The organization representing manufacturers, wholesalers and distributors of fertilizer asked the federal government to designate its supply chain an essential service.
“Government must ensure that policies will protect our industry workers from any sort of supply chain disruption and to ensure continued movement of product throughout the supply chain,” read a release from Fertilizer Canada.
Deeming the supply chain as essential would mimic a move made March 19 in the U.S.
“The next two months are critical, both for the Canadian response to the COVID-19 pandemic but also to our farmer customers who are already beginning preparations for the spring planting season,” said Garth Whyte, president and chief executive officer of Fertilizer Canada in a statement. “The federal government must maintain our national food supply chains and, mirror the actions in the United States of America, draft a list of essential critical infrastructure workers that could be used by federal departments and provincial and territorial governments to make decisions.”
Already there are concerns that the border closures to all but essential travel could slow the flow of parts and inputs between the two nations.
While Agriculture Canada commercial trade will not be held up, questions remain over how travellers going between the countries for parts or inputs will be treated at individual ports of entry.
Many Canadian farmers travel to the United States to pick up such goods.
Concerns surrounding the ability of the Canadian Food Inspection Agency to continue meat inspections at packing plants are being addressed by industry and government.
“There are challenges around human resources at CFIA, mainly for our inspectors,” Bibeau said March 23, adding she is also working with provinces to see if resources can be shared.
“To see how we can share some inspectors, how we can just ease the different inspections that are normally done from the federal, and slightly differently from the provinces, so we are just in the mode right now to find different ways to make it easier and faster,” she said.
CFIA is also calling back inspectors who have recently retired.
Gary Stordy, director of government and corporate affairs for the Canadian Pork Council, said there is a heightened focus on safety and flexibility.
“At the end of the day, we need to have some flexibility in order to make sure that those plants continue to operate,” he said adding there is not going to be a shortage or decrease in the number of hogs available. “Those animals need a place to be shipped to, and frankly they don’t always have time to wait.”
Stordy said he is not expecting any impacts on consumers.
“The plants are taking steps to prevent any severe disruption in their operations; they are building up supplies, they are taking steps to protect employees.
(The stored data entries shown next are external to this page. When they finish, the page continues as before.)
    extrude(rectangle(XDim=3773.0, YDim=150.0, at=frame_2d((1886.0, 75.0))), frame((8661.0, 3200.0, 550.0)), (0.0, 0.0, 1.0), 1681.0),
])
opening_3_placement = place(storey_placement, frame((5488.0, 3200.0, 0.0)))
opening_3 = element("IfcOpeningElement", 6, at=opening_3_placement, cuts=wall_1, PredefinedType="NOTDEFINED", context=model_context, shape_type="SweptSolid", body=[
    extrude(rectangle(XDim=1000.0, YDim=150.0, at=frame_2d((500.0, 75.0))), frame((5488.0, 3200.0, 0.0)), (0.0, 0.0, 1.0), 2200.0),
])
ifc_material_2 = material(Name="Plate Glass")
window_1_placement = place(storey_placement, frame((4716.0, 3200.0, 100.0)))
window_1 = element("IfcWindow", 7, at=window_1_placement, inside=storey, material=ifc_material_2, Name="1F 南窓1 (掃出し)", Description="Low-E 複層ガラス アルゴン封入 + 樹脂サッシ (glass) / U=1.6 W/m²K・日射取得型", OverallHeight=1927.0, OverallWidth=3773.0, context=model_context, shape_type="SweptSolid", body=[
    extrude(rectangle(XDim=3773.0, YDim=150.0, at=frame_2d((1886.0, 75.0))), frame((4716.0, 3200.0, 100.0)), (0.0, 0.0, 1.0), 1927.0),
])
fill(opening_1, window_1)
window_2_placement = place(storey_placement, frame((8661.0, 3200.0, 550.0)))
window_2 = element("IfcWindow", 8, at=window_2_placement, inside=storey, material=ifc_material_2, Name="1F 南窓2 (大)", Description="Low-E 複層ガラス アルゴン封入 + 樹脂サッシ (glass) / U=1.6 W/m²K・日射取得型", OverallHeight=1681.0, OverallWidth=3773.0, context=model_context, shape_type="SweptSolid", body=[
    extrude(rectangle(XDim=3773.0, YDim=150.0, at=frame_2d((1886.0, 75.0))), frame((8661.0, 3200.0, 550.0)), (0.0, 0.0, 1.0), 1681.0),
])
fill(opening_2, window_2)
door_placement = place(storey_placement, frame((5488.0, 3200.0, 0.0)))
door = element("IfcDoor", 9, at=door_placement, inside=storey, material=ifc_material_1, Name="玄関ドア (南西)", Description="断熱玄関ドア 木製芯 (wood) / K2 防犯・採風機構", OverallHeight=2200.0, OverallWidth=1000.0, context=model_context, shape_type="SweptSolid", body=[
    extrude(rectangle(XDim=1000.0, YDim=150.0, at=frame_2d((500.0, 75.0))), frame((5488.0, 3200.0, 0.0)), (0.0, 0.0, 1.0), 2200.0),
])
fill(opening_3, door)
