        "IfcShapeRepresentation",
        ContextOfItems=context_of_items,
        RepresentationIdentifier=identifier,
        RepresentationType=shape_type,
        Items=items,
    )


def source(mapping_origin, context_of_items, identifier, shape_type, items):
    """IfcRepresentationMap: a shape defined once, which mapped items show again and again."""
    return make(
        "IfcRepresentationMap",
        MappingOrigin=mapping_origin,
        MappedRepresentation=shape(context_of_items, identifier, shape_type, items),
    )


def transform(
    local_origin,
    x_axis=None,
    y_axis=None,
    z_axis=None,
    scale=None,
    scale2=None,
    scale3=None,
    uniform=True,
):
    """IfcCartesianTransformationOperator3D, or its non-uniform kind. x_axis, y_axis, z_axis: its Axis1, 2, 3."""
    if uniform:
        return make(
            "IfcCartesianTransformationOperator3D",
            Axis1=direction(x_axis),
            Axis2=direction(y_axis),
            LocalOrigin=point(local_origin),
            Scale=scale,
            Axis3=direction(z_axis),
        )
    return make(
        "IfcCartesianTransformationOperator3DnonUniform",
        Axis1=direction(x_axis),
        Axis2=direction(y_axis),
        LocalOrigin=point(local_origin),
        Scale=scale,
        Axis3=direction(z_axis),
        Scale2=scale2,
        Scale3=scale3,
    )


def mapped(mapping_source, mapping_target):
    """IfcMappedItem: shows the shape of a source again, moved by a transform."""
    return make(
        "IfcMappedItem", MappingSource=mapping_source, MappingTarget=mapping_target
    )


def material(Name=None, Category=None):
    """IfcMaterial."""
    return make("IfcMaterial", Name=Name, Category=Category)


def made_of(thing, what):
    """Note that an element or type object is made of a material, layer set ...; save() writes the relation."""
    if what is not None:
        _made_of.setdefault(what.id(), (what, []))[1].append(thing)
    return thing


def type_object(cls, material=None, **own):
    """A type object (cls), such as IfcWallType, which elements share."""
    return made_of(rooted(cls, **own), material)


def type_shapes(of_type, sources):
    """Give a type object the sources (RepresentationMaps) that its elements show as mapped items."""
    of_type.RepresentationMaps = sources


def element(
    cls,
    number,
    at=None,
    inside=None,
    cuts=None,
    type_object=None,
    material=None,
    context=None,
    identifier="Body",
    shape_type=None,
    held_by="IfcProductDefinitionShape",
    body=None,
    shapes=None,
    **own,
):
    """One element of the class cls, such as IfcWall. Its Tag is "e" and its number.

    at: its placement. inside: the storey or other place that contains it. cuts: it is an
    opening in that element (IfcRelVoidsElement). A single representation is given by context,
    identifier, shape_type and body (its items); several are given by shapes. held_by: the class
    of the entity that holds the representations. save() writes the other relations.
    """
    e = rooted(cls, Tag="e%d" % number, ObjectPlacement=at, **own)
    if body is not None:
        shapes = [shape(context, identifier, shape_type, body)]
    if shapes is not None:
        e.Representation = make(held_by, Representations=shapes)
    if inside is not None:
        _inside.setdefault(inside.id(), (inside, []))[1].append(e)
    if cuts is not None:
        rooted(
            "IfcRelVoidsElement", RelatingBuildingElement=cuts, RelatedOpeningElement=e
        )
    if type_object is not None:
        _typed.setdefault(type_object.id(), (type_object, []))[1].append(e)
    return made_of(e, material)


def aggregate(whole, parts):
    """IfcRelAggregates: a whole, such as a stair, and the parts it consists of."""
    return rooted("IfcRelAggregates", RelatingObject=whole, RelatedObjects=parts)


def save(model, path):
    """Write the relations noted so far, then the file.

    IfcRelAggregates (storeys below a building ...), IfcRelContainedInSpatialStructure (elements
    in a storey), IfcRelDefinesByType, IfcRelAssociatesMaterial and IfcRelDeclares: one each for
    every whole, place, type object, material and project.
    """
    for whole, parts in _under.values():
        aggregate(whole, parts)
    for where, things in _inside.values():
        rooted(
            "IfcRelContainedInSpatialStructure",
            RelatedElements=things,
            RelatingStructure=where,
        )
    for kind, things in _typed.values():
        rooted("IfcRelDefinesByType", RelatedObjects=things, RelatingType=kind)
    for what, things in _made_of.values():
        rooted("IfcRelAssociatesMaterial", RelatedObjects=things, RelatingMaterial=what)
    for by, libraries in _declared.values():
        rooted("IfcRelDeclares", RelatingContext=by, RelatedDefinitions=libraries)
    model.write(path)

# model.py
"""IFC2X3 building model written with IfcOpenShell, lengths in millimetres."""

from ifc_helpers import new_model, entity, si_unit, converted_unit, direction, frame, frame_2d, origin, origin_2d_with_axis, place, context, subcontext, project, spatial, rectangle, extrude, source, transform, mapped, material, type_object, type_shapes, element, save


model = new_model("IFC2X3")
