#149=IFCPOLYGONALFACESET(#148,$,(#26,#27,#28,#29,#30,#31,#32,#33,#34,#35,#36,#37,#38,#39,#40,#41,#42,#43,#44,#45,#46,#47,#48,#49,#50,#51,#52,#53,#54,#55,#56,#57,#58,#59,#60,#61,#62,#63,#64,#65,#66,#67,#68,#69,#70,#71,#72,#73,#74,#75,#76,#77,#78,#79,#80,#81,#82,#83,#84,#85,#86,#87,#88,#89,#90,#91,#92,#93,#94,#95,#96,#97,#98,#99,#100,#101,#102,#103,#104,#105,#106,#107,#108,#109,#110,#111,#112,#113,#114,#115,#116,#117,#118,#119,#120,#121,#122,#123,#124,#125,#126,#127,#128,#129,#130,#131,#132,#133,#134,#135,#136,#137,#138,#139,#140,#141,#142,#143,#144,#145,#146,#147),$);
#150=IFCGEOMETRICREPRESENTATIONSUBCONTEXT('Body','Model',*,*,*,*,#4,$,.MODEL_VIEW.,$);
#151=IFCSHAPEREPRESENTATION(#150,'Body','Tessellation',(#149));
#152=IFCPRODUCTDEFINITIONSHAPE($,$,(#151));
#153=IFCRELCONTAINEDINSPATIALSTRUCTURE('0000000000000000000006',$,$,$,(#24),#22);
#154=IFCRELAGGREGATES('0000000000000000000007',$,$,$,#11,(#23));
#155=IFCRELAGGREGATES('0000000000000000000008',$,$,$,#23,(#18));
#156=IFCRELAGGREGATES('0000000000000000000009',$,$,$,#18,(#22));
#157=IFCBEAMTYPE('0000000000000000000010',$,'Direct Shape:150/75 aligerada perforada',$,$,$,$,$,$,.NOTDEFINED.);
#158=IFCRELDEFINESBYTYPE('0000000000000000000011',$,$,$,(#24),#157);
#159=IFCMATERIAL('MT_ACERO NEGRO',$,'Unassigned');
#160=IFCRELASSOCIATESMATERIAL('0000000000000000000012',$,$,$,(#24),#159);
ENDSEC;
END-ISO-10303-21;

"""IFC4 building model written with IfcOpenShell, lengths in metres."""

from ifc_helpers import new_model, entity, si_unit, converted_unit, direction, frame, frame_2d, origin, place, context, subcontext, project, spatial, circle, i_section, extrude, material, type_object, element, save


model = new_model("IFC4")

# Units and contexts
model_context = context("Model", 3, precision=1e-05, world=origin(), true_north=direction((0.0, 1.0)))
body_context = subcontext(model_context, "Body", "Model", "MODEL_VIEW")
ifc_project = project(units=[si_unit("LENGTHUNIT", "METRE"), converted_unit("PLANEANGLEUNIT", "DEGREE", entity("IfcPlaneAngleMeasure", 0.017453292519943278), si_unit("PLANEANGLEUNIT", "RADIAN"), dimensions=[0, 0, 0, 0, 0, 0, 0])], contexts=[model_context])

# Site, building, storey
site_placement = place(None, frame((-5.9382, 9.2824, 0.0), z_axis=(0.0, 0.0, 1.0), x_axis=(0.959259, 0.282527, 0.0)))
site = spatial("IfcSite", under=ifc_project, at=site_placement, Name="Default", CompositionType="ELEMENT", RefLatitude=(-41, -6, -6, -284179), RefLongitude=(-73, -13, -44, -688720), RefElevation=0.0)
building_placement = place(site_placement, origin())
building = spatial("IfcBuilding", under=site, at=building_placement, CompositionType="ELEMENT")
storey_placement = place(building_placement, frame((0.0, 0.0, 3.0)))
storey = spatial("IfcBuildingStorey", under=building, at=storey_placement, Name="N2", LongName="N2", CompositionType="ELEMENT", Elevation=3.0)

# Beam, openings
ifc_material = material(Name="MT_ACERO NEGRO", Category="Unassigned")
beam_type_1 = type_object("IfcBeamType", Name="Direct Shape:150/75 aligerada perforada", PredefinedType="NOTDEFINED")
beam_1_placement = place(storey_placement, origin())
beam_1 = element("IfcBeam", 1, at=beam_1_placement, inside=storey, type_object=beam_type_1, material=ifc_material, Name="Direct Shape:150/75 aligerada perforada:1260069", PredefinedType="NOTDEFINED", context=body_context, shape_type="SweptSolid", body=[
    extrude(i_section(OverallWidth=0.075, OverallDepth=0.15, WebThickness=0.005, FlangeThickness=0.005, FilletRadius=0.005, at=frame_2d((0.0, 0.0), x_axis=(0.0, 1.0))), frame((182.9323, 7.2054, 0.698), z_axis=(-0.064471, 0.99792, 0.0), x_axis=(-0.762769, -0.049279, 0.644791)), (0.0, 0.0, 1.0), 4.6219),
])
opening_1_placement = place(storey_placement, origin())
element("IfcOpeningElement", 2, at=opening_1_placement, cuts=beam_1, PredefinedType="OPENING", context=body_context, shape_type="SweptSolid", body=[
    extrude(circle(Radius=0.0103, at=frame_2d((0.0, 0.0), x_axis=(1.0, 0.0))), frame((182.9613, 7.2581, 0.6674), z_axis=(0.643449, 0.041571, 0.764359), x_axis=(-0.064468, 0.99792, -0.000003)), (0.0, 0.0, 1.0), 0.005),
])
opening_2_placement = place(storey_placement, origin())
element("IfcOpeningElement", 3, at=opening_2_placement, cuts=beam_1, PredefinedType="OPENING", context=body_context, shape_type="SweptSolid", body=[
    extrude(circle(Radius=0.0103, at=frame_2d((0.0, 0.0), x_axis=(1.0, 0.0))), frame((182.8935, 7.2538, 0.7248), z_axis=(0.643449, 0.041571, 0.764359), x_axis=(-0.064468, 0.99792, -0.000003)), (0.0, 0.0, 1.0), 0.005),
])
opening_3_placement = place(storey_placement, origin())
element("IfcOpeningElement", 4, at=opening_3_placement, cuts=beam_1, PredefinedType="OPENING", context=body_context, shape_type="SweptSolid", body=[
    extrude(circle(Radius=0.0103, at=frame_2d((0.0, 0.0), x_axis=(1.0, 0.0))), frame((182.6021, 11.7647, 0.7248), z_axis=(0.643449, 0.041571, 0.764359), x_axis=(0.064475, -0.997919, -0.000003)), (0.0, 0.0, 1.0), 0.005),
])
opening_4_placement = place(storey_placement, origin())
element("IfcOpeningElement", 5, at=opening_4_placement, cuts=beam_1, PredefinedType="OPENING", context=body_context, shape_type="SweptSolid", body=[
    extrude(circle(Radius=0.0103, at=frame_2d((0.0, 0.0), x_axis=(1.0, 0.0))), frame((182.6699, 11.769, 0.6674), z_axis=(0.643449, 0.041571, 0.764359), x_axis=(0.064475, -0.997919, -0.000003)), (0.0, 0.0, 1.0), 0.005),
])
They have animals coming through, and all these measures are really to prevent a major disruption,” he said, adding there are already what he characterized as “irritants, delays and increased costs.”
Major processing companies such as Maple Leaf Foods are offering higher wages, implementing extra precautions and reorganizing work places to try and keep staff healthy and working.
“As a leading North American producer of meat, poultry and plant proteins, we already have strict safety policies and procedures in place,” a statement published on the Maple Leaf Foods website states.